EXERCISE REQUIREMENTS: Comb through the entries for "IFCCARTESIANPOINT" and pull out each line that holds it.

STORED DATA:
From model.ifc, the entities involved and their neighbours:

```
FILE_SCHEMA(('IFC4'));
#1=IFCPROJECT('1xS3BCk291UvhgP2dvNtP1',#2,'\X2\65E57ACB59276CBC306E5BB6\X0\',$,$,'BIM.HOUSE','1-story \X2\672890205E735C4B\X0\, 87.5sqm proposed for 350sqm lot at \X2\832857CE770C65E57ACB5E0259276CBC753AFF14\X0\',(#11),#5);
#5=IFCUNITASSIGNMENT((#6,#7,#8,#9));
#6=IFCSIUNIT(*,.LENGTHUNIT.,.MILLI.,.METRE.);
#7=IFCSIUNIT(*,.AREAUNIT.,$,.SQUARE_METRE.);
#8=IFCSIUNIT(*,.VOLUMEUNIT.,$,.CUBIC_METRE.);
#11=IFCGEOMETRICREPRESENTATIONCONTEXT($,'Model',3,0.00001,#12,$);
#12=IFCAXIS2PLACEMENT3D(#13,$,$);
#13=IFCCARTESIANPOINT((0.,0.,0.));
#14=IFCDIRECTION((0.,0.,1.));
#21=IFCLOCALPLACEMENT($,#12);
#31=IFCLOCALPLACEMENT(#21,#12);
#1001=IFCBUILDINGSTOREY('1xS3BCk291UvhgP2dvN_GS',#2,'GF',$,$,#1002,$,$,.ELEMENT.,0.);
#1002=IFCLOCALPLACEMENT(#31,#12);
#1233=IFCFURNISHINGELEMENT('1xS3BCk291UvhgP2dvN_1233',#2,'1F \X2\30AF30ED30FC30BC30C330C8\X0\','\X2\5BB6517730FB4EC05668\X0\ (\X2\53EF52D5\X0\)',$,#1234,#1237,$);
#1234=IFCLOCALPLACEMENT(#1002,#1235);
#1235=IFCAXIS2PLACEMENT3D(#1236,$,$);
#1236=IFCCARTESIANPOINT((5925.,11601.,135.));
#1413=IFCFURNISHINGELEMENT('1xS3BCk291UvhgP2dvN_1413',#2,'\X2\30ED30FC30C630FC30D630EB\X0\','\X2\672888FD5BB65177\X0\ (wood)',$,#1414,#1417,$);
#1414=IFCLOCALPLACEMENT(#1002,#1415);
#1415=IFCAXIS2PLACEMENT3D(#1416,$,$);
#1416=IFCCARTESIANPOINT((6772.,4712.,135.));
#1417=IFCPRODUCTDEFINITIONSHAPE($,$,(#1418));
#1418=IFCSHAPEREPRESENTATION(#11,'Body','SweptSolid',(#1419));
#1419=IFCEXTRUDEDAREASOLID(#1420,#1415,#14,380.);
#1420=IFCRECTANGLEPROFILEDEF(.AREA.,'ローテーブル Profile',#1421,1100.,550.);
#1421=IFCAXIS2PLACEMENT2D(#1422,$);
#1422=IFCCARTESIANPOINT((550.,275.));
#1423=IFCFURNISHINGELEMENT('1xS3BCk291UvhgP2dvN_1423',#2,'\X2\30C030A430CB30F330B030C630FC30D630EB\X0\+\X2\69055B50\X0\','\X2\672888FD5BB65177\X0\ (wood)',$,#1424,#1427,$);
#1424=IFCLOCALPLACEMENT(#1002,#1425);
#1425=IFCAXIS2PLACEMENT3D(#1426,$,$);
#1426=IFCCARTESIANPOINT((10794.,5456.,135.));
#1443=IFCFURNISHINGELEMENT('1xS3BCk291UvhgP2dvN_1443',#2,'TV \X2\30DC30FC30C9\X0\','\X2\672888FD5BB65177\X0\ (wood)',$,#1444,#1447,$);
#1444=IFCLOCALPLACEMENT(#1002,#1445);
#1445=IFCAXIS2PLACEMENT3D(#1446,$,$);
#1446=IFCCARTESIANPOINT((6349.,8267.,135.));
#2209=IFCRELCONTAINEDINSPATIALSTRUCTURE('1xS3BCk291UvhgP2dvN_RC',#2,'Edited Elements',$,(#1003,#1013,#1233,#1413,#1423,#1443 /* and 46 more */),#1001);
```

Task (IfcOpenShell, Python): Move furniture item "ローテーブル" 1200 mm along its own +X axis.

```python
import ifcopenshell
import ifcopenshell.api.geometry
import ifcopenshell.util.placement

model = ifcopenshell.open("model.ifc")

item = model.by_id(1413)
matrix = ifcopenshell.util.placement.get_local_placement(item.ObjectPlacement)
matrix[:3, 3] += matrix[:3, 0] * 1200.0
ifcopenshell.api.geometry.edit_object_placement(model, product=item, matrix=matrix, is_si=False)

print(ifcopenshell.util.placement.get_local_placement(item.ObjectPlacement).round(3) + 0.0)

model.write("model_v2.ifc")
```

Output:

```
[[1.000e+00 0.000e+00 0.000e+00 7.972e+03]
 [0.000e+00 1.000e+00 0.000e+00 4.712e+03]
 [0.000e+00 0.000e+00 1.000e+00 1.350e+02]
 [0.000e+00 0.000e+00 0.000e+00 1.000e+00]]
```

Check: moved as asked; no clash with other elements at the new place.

...

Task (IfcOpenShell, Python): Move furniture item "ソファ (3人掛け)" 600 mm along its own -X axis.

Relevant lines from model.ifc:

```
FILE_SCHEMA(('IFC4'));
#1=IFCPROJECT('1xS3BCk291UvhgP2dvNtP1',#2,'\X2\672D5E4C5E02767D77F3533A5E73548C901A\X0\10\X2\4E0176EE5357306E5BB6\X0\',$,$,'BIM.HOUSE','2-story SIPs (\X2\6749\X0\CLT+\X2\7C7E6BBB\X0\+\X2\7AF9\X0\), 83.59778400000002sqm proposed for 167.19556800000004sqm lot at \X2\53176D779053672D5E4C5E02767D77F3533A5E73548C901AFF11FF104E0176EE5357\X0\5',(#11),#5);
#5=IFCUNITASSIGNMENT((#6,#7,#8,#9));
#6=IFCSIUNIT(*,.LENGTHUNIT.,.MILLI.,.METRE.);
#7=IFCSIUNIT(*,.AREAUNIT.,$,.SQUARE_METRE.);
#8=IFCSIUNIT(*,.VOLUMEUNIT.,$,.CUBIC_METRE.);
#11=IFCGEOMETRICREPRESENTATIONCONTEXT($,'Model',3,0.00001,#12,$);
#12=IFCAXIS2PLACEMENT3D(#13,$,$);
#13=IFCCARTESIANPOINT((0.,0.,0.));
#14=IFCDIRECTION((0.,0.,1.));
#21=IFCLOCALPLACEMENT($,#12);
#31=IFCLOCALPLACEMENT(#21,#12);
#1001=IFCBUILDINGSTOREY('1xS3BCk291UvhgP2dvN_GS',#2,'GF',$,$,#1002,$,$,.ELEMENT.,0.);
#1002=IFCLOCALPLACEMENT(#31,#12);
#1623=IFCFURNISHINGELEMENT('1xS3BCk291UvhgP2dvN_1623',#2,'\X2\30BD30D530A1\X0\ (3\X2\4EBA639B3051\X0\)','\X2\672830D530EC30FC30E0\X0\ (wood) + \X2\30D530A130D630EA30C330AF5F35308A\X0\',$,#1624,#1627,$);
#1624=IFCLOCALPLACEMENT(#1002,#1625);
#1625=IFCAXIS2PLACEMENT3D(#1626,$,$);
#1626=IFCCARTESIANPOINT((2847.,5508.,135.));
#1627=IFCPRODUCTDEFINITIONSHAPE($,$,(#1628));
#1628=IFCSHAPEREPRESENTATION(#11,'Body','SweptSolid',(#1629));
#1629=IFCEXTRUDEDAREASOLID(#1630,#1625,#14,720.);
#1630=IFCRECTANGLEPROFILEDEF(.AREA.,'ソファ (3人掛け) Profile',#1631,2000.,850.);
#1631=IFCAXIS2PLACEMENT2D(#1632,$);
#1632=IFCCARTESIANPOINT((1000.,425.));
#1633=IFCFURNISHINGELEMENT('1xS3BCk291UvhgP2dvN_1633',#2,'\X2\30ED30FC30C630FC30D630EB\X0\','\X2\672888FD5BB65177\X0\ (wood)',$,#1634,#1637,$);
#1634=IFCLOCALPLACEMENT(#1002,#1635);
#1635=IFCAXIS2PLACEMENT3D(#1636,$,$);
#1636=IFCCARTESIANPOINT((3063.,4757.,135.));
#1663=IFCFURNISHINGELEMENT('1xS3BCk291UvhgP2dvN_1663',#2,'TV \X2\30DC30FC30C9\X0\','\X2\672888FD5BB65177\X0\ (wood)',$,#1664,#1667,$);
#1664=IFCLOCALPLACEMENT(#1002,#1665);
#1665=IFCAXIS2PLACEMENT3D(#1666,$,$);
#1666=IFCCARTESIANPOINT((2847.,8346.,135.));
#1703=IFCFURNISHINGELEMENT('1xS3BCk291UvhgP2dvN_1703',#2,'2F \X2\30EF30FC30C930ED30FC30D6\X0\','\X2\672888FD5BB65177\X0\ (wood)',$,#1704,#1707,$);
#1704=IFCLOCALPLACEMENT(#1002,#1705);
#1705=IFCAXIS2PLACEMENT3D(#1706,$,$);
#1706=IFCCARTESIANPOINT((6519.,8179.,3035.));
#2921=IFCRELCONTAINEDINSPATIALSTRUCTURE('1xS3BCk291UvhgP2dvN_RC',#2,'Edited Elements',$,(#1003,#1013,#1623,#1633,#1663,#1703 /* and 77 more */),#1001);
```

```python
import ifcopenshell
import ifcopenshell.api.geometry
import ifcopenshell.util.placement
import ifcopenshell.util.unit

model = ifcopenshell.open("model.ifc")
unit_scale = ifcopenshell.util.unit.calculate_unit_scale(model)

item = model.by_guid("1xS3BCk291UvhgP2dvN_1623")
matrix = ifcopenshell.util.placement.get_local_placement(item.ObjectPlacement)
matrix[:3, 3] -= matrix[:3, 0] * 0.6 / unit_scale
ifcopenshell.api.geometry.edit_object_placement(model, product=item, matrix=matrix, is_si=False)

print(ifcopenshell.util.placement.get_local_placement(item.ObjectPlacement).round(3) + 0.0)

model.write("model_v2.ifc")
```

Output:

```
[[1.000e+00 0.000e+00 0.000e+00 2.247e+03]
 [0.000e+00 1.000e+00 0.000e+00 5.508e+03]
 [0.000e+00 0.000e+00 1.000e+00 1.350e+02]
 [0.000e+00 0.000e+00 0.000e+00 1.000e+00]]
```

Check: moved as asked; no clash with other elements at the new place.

TASK RESPONSE:
#13=IFCCARTESIANPOINT((0.,0.,0.));
#1236=IFCCARTESIANPOINT((5925.,11601.,135.));
#1416=IFCCARTESIANPOINT((6772.,4712.,135.));
#1422=IFCCARTESIANPOINT((550.,275.));
#1426=IFCCARTESIANPOINT((10794.,5456.,135.));
#1446=IFCCARTESIANPOINT((6349.,8267.,135.));
#13=IFCCARTESIANPOINT((0.,0.,0.));
#1626=IFCCARTESIANPOINT((2847.,5508.,135.));
#1632=IFCCARTESIANPOINT((1000.,425.));
#1636=IFCCARTESIANPOINT((3063.,4757.,135.));
#1666=IFCCARTESIANPOINT((2847.,8346.,135.));
#1706=IFCCARTESIANPOINT((6519.,8179.,3035.));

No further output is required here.